Karla Francisca Nundera de Apodaca. 45 años. Ingeniera civil. Madre de una adolescente de 15 años. Divorciada. “La maternidad es una bendición de Dios. He crecido siendo madre. No es fácil convivir con una adolescente, pero es estimulante verla crecer”.

Esa otra orfandad es también una reflexión sobre el embarazo. El narrador en uno de los pasajes especula sobre los riesgos del embarazo de Renata: “Todos tenían razón: el reloj biológico, el envejecimiento de los óvulos, la disminución de las hormonas. Todas las personas benevolentes que le recordaban su edad. Todos los que le decían que la naturaleza no perdona. Y sí tenían razón. Tenían razón. Pero nadie le decía qué iba a pasar con ella si se embarazaba”.
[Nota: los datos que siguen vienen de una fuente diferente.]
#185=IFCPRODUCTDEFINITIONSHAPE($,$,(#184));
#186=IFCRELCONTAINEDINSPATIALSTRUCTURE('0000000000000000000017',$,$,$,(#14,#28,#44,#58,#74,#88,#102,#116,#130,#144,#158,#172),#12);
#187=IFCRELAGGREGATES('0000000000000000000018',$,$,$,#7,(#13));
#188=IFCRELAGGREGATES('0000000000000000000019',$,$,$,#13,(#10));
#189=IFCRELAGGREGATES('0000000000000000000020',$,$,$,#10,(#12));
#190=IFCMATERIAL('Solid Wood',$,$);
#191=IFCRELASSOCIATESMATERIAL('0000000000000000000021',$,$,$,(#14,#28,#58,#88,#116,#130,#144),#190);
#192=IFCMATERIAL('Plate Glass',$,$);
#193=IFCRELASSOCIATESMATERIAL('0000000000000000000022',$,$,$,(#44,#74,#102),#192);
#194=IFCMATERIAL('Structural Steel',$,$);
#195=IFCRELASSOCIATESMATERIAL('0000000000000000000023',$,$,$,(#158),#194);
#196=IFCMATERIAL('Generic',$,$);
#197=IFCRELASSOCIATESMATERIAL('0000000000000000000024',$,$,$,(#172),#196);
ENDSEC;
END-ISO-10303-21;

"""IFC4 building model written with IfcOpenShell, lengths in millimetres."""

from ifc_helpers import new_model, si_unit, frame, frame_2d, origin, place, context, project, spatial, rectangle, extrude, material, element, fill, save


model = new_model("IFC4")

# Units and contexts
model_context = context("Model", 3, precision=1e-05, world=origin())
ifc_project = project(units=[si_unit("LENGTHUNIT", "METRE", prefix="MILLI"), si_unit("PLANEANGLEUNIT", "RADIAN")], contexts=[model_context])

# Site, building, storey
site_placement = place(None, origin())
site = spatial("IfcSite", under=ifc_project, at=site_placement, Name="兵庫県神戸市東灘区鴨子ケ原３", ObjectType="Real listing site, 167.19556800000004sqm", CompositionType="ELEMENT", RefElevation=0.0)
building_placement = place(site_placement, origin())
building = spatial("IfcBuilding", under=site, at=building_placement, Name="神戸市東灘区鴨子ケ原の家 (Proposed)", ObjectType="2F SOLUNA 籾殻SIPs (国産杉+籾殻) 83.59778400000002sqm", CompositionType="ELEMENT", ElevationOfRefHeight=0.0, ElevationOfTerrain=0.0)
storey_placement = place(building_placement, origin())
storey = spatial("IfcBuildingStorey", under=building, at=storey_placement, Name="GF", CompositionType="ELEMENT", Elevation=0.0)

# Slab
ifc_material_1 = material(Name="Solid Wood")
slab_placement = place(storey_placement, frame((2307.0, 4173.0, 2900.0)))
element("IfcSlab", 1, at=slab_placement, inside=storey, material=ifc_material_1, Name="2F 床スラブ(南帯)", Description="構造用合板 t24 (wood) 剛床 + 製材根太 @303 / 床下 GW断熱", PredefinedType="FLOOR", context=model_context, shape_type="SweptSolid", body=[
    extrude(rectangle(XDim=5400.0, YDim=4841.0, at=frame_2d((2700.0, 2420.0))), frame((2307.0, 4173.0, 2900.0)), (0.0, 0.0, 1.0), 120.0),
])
Renata está acosada por el miedo. Pero también demuestra como una generación supo imponer su criterio frente a un machismo brutal y desconsiderado. “Sólo he querido afrontar el asunto: las mujeres tienen la palabra frente a este asunto tan complejo. Mi historia no es feminista a ultranza sino desconsoladamente femenina”, ha dicho la ensayista de la revista Nexos de ésta, su primera novela.

Arranque

Había apagado y prendido luces y se había movido de un lado a otro, hasta encontrar el lugar preciso en el que la luz la mostraba como se quería ver; como podía aún verse, si se paraba así, un poco de perfil, con la cabeza erguida, cuidando que el reflejo resaltara lo que le gustaba y sombreara lo demás. Seguía estando ahí, eso que la hacía ser ella, su belleza; y sin embargo, lo que ahora veía frente al espejo, lo que ya no podía dejar de ver, se acercaba más a la nostalgia que a la satisfacción.

Un cambio de época, pensó a su pesar porque la expresión le sonaba cursi. La Era de las Decisiones, a modo de novela decimonónica. En cualquier caso, era un momento en que las cosas adquirían una intensidad y una importancia que hasta entonces no habían tenido. Como las arrugas, que antes se arreglaban con una buena noche o con una buena crema. Ahora, las cosas parecían tener un peso mayor, como si en un descuido fueran a volverse permanentes.

Exageró una sonrisa y se acercó al espejo: vio las líneas alrededor de sus ojos, las marcas del entrecejo. Se pasó un dedo por los inevitables pliegues de la sonrisa. “Éstas no eran arrugas sino hoyuelos”, recordó que decía su abuela con lágrimas en los ojos. Renata intuyó que le estaba revelando algo muy importante; pero no entendió la urgencia del sentimiento con que lo decía esa mujer para quien dejar de ser bellísima había sido tan doloroso.

Pensó que no sabemos envejecer porque, cuando empezamos, la juventud es lo único que hemos conocido. Ahora, a los treinta y ocho, sabía que tendría que acostumbrarse a ese lento deterioro que tanto les había costado digerir a las mujeres de su familia.